(Dataset records)
++++++++
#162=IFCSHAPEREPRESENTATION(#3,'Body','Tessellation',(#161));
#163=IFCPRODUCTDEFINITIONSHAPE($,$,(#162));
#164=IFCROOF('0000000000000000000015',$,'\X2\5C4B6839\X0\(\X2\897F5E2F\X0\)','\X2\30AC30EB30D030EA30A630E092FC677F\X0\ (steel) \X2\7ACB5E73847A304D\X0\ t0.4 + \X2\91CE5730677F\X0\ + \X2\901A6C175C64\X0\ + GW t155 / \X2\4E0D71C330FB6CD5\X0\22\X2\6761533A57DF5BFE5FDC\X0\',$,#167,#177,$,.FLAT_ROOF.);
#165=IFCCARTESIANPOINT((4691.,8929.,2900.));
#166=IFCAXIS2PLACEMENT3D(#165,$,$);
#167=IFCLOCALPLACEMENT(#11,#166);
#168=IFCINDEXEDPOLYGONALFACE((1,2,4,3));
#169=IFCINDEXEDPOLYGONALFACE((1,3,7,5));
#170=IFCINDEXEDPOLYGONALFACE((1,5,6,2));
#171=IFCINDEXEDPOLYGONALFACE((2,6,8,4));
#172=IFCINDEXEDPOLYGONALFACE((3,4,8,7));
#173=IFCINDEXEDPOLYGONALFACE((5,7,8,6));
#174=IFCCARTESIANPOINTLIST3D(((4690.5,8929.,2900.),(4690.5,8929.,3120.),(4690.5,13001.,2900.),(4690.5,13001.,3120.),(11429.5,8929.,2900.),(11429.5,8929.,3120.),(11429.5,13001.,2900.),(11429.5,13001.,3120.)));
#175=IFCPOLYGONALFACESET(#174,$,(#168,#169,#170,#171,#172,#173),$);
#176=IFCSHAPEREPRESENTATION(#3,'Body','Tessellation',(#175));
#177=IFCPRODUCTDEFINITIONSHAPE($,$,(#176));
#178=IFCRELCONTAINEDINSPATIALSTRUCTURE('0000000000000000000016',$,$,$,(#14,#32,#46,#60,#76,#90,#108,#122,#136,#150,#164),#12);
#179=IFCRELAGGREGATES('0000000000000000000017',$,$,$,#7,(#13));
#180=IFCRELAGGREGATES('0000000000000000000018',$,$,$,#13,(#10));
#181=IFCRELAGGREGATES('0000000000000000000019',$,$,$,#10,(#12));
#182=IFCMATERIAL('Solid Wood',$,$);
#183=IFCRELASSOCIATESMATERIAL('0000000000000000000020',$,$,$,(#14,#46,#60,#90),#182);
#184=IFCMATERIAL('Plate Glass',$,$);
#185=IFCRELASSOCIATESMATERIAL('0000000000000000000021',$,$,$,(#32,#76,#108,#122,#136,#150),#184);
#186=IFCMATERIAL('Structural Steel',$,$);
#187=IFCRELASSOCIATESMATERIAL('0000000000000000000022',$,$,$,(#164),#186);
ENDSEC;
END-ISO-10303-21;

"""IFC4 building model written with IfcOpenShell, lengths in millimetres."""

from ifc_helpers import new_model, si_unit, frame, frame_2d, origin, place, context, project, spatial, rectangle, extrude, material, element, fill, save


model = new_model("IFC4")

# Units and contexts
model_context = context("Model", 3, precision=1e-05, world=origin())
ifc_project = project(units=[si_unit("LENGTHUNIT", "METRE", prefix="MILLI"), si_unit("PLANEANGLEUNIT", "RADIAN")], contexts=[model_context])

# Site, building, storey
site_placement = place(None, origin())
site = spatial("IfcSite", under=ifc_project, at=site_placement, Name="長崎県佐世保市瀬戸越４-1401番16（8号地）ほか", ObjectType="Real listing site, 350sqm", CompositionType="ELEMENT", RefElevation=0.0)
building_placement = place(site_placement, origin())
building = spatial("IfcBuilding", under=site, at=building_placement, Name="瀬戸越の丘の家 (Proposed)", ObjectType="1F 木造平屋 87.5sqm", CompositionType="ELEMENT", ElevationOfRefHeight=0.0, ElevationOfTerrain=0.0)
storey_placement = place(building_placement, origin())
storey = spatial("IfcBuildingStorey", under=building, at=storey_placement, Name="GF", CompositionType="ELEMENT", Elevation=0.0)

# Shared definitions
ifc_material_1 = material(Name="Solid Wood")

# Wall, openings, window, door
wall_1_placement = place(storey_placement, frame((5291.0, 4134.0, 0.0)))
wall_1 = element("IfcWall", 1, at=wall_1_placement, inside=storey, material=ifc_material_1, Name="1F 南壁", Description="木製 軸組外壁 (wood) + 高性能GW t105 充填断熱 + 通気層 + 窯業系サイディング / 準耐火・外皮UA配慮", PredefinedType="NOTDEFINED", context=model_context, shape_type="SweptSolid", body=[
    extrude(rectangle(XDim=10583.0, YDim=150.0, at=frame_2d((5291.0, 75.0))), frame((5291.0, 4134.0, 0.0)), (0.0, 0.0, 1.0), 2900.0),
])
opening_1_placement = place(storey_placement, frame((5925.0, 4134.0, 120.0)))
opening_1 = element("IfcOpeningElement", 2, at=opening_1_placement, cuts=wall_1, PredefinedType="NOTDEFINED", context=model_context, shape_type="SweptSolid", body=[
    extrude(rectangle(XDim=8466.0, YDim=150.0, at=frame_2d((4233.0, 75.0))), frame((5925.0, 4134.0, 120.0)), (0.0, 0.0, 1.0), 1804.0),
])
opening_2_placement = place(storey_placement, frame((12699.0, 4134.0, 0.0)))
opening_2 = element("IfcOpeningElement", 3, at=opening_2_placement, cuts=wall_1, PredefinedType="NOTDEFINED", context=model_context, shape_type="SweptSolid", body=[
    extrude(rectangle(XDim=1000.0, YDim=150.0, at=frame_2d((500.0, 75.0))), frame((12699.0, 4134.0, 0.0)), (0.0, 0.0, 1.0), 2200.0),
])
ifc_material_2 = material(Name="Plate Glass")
++++++++
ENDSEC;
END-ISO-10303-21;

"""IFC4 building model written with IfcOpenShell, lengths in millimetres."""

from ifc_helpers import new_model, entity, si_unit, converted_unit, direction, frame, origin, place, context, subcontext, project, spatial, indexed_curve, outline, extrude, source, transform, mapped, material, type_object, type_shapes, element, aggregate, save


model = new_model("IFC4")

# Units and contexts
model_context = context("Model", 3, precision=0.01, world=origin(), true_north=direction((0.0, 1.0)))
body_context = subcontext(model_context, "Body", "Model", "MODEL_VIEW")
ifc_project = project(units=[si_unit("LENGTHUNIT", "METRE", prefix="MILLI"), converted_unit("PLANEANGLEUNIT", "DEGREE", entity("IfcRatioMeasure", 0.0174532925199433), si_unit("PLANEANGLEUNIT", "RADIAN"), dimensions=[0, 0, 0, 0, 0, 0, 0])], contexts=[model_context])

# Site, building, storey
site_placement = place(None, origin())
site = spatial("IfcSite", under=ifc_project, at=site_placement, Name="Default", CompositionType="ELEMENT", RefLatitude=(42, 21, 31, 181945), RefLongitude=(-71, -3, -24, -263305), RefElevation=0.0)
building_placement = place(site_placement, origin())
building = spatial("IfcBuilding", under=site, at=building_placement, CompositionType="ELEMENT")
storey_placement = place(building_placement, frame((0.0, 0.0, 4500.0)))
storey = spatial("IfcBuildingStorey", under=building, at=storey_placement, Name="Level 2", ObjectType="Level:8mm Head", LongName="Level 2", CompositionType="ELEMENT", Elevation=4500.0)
++++++++
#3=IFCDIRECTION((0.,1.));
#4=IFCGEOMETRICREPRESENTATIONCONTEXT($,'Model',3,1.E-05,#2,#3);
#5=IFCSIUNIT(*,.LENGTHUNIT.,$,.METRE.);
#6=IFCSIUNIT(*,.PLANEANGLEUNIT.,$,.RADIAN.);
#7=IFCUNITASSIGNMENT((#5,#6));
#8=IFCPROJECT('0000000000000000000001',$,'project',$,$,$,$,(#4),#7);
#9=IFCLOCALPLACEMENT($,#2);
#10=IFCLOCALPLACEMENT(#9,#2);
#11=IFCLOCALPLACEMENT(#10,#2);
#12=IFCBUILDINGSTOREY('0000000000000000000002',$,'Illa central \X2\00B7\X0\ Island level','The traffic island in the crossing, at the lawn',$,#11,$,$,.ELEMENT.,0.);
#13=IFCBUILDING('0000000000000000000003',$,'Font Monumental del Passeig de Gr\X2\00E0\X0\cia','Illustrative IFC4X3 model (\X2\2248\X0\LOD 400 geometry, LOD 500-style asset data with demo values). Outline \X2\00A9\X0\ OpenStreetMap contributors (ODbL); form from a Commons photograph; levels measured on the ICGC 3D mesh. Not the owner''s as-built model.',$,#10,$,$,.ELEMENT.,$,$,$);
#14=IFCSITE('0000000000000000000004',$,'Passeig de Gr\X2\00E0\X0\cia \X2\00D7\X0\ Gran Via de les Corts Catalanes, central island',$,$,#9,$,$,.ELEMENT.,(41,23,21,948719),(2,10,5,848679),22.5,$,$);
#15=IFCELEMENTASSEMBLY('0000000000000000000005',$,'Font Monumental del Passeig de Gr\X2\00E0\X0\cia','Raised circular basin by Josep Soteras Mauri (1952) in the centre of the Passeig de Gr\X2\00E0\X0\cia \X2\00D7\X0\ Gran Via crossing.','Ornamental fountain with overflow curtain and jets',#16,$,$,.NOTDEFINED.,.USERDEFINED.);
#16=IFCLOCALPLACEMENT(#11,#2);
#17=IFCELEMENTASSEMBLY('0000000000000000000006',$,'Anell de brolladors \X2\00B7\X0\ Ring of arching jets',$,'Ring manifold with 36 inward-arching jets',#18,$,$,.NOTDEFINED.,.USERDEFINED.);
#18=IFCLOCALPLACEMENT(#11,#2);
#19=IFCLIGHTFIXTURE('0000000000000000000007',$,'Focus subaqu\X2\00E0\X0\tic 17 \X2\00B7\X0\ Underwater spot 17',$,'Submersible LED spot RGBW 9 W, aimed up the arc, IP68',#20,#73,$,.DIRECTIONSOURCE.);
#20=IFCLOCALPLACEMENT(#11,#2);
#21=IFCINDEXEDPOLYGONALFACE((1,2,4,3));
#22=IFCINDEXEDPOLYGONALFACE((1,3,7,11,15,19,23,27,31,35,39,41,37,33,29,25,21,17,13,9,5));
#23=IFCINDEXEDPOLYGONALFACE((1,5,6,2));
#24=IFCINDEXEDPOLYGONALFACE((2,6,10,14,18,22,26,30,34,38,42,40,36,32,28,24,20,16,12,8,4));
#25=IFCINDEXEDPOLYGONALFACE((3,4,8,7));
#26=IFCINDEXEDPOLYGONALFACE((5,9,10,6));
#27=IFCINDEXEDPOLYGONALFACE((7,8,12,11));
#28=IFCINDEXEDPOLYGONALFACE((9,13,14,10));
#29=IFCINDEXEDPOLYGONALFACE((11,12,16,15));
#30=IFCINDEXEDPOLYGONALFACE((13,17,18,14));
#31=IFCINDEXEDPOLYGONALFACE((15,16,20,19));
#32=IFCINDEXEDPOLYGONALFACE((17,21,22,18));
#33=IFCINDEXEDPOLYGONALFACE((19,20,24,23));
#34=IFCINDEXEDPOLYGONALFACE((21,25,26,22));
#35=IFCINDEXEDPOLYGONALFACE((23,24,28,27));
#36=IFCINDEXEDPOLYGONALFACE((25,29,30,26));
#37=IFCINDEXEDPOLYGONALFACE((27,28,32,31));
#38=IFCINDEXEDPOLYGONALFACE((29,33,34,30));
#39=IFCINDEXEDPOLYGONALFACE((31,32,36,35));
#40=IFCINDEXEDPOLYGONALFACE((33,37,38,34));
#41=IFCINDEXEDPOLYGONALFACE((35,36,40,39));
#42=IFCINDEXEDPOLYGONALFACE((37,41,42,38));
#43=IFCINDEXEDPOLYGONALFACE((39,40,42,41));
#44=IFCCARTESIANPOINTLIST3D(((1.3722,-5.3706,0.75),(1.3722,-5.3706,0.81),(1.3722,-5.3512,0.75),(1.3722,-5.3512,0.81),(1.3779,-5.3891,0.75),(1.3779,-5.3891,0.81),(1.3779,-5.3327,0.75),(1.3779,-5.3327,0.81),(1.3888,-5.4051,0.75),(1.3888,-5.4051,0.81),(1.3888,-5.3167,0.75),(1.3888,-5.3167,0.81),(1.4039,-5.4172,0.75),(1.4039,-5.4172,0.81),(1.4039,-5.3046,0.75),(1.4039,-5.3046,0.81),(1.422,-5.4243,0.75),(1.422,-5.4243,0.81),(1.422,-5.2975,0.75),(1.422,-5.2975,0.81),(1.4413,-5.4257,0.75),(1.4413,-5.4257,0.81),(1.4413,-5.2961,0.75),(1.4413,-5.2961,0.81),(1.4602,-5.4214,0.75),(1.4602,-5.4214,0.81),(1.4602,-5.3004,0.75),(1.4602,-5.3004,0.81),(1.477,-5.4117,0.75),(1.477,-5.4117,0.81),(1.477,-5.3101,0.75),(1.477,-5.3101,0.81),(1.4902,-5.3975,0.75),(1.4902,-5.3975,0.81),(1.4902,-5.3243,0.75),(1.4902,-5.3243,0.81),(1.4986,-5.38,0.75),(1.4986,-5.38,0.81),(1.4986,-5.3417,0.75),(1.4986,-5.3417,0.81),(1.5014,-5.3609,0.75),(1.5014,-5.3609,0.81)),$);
++++++++
▸ **PROBLEM STATEMENT**
Lines of the data above that include the string "Plate" must each be copied.

▸ **EXPECTED ANSWER**
#184=IFCMATERIAL('Plate Glass',$,$);
ifc_material_2 = material(Name="Plate Glass")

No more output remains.